*** Opening of Given records ***
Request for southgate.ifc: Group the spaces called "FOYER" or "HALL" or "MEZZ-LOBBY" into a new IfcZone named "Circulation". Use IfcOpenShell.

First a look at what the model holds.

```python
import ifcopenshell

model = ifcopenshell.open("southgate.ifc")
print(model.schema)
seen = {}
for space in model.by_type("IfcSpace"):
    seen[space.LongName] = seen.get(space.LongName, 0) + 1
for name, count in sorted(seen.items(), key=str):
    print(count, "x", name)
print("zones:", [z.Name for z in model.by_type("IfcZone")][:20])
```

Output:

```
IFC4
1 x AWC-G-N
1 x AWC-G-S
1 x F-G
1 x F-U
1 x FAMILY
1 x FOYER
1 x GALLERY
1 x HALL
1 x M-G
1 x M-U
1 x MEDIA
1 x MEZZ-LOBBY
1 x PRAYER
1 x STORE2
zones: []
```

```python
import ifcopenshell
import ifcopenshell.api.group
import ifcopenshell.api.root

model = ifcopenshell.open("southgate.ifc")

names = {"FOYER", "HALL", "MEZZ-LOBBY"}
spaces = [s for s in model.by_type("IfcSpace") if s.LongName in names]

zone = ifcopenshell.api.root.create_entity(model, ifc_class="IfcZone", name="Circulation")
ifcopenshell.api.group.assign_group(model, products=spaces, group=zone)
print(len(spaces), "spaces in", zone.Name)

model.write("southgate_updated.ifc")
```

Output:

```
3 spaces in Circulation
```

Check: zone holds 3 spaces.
*** Close of Given records ***
#### Task description:
Could you repeat every record above exactly as it is written?

#### Reply:
Request for southgate.ifc: Group the spaces called "FOYER" or "HALL" or "MEZZ-LOBBY" into a new IfcZone named "Circulation". Use IfcOpenShell.

First a look at what the model holds.

```python
import ifcopenshell

model = ifcopenshell.open("southgate.ifc")
print(model.schema)
seen = {}
for space in model.by_type("IfcSpace"):
    seen[space.LongName] = seen.get(space.LongName, 0) + 1
for name, count in sorted(seen.items(), key=str):
    print(count, "x", name)
print("zones:", [z.Name for z in model.by_type("IfcZone")][:20])
```

Output:

```
IFC4
1 x AWC-G-N
1 x AWC-G-S
1 x F-G
1 x F-U
1 x FAMILY
1 x FOYER
1 x GALLERY
1 x HALL
1 x M-G
1 x M-U
1 x MEDIA
1 x MEZZ-LOBBY
1 x PRAYER
1 x STORE2
zones: []
```

```python
import ifcopenshell
import ifcopenshell.api.group
import ifcopenshell.api.root

model = ifcopenshell.open("southgate.ifc")

names = {"FOYER", "HALL", "MEZZ-LOBBY"}
spaces = [s for s in model.by_type("IfcSpace") if s.LongName in names]

zone = ifcopenshell.api.root.create_entity(model, ifc_class="IfcZone", name="Circulation")
ifcopenshell.api.group.assign_group(model, products=spaces, group=zone)
print(len(spaces), "spaces in", zone.Name)

model.write("southgate_updated.ifc")
```

Output:

```
3 spaces in Circulation
```

Check: zone holds 3 spaces.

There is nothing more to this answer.